Тогда Айна кивнула, подобрала юбку и села на кровать, хрустнув коленями.
Танит прижалась к ней и прошептала:
– Ты послала вестников, нашла кого послать?
– Я послала двух молодых новобранцев из легиона Бен-Амона. Они преклоняются перед угодным Баалу, как перед богом. Я сказала им, что ты в смертельной опасности и что угодный Баалу должен вернуться как можно скорее.
– Думаешь, они его найдут?
– Он может пойти по ста дорогам, а земля широка. Не стану лгать тебе, дитя мое. Надежда невелика.
– Я знаю, – вздохнула Танит. – А если они его найдут, успеет ли он вернуться вовремя? А если вернется, сможет ли переубедить Великого Льва?
– Если вернется вовремя, ты в безопасности. Я знаю этого человека.
– Жди его, Айна. Если он вернется, тайно пойди к нему и скажи, что царь знает о нас. Ты должна предупредить его об этом, иначе он тоже в опасности.
– Предупрежу, – пообещала Айна.
– О, я молюсь всем богам Опета, чтобы он возвращался поскорее. Я не хочу умирать, матушка. Я многого еще хочу от жизни, но дни бегут так быстро. Уже шестой день праздника. Если за эти четыре дня Хай не вернется, моя жизнь кончена.

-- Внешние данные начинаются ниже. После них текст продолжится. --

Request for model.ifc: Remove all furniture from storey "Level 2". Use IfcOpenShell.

First a look at what the model holds.

```python
import ifcopenshell
import ifcopenshell.util.element

model = ifcopenshell.open("model.ifc")
print(model.schema)
storey = next(s for s in model.by_type("IfcBuildingStorey") if s.Name == "Level 2")
furniture = [e for e in ifcopenshell.util.element.get_decomposition(storey) if e.is_a("IfcFurnishingElement")]
seen = {}
for e in furniture:
    element_type = ifcopenshell.util.element.get_type(e)
    name = element_type.Name if element_type not in (None, e) else None
    seen[name] = seen.get(name, 0) + 1
for name, count in sorted(seen.items(), key=str):
    print(count, "x", name)
```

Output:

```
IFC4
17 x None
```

```python
import ifcopenshell
import ifcopenshell.api.root
import ifcopenshell.util.element

model = ifcopenshell.open("model.ifc")

storey = next(s for s in model.by_type("IfcBuildingStorey") if s.Name == "Level 2")
furniture = [e for e in ifcopenshell.util.element.get_decomposition(storey) if e.is_a("IfcFurnishingElement")]

for e in furniture:
    ifcopenshell.api.root.remove_product(model, product=e)
print(len(furniture), "removed")

model.write("model_updated.ifc")
```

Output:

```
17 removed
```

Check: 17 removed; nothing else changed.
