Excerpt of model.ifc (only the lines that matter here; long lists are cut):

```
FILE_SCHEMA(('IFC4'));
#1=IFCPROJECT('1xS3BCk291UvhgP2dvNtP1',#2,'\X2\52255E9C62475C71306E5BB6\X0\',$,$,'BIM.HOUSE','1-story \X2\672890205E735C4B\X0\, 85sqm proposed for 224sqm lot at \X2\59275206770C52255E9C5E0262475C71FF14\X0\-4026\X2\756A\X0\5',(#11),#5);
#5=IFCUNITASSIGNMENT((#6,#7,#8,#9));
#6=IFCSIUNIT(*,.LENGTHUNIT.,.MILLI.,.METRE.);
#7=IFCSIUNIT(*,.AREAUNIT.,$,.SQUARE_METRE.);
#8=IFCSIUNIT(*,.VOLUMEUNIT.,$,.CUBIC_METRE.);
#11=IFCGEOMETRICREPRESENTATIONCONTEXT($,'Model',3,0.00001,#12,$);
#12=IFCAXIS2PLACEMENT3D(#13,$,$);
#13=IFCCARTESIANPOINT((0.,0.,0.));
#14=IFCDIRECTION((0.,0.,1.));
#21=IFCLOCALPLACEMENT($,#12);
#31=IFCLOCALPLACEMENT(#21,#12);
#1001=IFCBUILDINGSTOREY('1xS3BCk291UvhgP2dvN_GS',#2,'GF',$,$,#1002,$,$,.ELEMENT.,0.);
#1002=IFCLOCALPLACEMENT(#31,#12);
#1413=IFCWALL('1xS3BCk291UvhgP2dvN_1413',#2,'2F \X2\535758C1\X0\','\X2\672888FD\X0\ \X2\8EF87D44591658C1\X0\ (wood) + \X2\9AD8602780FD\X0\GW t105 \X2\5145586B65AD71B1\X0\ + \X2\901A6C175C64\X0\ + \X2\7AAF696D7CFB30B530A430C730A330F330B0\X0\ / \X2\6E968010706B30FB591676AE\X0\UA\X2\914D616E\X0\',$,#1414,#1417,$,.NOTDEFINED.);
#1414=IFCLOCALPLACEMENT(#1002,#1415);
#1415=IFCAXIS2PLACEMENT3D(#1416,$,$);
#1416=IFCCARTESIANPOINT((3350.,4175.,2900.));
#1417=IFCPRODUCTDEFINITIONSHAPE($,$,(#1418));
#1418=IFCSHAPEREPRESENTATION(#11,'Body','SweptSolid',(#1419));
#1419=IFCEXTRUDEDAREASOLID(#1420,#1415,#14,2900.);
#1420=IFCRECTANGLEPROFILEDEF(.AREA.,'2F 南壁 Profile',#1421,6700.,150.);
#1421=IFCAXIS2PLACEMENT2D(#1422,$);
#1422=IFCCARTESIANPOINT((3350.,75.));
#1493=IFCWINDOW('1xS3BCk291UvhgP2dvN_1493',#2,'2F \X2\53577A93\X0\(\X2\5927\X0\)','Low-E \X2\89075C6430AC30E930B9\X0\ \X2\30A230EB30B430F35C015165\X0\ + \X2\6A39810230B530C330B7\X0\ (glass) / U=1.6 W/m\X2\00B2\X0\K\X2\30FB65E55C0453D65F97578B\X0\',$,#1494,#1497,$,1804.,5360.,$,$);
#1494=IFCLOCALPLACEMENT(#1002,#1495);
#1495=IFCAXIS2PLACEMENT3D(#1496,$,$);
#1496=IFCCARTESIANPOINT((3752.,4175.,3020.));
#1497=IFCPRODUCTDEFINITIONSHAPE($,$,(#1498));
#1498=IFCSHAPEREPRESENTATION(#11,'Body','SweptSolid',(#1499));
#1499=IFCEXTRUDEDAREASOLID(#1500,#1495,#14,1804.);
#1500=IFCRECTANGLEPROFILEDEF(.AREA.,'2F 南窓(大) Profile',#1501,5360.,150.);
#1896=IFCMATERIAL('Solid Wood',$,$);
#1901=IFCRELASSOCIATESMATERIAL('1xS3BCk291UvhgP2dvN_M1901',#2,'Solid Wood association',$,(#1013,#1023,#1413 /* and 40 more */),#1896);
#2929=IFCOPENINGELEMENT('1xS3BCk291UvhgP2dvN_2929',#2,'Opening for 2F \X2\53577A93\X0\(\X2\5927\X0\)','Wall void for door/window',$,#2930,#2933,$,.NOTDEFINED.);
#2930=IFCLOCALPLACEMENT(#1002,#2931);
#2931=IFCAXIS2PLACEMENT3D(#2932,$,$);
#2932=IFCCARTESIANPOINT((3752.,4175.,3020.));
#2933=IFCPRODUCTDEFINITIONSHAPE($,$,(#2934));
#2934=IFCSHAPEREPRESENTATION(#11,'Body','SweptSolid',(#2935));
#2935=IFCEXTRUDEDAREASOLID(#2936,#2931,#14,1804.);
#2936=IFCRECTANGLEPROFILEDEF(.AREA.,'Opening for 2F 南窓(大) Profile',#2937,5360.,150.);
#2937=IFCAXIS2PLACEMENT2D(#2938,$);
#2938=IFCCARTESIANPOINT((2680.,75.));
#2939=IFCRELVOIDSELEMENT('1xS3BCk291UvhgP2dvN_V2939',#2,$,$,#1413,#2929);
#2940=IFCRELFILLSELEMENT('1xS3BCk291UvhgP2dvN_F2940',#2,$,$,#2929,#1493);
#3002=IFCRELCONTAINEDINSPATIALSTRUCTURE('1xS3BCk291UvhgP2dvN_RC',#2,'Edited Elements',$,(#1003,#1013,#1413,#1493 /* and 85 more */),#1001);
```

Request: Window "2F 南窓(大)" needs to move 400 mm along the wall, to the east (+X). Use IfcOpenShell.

```python
import ifcopenshell
import ifcopenshell.api.geometry
import ifcopenshell.util.placement
import ifcopenshell.util.unit

model = ifcopenshell.open("model.ifc")
unit_scale = ifcopenshell.util.unit.calculate_unit_scale(model)

window = model.by_guid("1xS3BCk291UvhgP2dvN_1493")
opening = window.FillsVoids[0].RelatingOpeningElement
wall = opening.VoidsElements[0].RelatingBuildingElement

wall_matrix = ifcopenshell.util.placement.get_local_placement(wall.ObjectPlacement)
shift = wall_matrix[:3, 0] * 0.4 / unit_scale
before = ifcopenshell.util.placement.get_local_placement(window.ObjectPlacement)[:3, 3].copy()

# The window is not placed relative to its opening, so move both.
for product in (opening, window):
    matrix = ifcopenshell.util.placement.get_local_placement(product.ObjectPlacement)
    matrix[:3, 3] += shift
    ifcopenshell.api.geometry.edit_object_placement(model, product=product, matrix=matrix, is_si=False)

after = ifcopenshell.util.placement.get_local_placement(window.ObjectPlacement)[:3, 3]
print("window moved by", (after - before).round(3) + 0.0)

model.write("model-out.ifc")
```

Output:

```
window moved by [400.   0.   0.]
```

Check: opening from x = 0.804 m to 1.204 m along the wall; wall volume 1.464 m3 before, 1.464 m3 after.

– Спокойней, дитя, – сказала Айна и похлопала Танит по плечу, успокаивая. – Будь храброй, дитя.
– Это нелегко, – ответила Танит, – но я постараюсь. – И она высвободилась из объятий Айны и выпрямилась. – Ступай, матушка, иначе Хака снова побьет тебя.
Стражник со стены крепости Занат, к югу от большой реки, смотрел на стоявшего под стеной странного человека. Копье дозорный держал в правой руке под парапетом. Волосы у человека были грязные и спутанные, доспехов никаких, одежда висела клочьями, избитое лицо вспухло. Стоял он, неестественно согнувшись под тяжестью лежащего на плече большого боевого топора, – может, был ранен?
– Как тебя зовут и что тебе нужно? – спросил часовой, и путник поглядел на него.
– Я Бен-Амон, верховный жрец Баала и воин Опета, по царскому делу.
Часовой вздрогнул и поставил копье. Он понял, что чуть не стал посмешищем. Горбатая спина и топор известны во всех четырех царствах, он должен был сразу узнать пришельца… и, ругая себя, часовой побежал во двор, к воротам, выкликая старшего, чтобы предупредить о почетном госте.
Как только боковые ворота открыли, Хай прошел в них и оборвал приветствия словами:
– Довольно этой чепухи.
Военачальник поразился – любимый ритуал легиона прерван столь бесцеремонно! – и сдержал улыбку. Эта история о нищем оборванце станет одной из легенд, которые и так окружают этого замечательного маленького человека.
Хай шел мимо торопливо собранной стражи, на ходу спрашивая центуриона:
– Где легат? Здесь?
– Да, мой господин… избранник богов. Он в своих покоях.
– Хвала Баалу! – Хай с облегчением вздохнул.
Хай проглотил толстый ломоть холодного мяса, зажатый между двумя лепешками, и запил его чашей красного вина, продолжая с полным ртом говорить и отдавать приказы.
Писец Мармона записывал каждую статью, стараясь не отстать от потока слов. Мармон сидел в углу, его седая голова была словно летняя грозовая туча, лицо выглядело обеспокоенным и тревожным.
Он отказывался верить своим ушам, но знал, что сомневаться в словах Хая Бен-Амона нельзя. Он понял, что виноват, что это он обязан был обнаружить опасность, которая так стремительно сгустилась у границы. Может, он чересчур много времени занимался древней историей, а может, незаметно для себя стал слишком стар и слаб. Какое наказание назначат ему Хай Бен-Амон и Великий Лев Опета? Ни тот, ни другой не оставляли промахи без внимания.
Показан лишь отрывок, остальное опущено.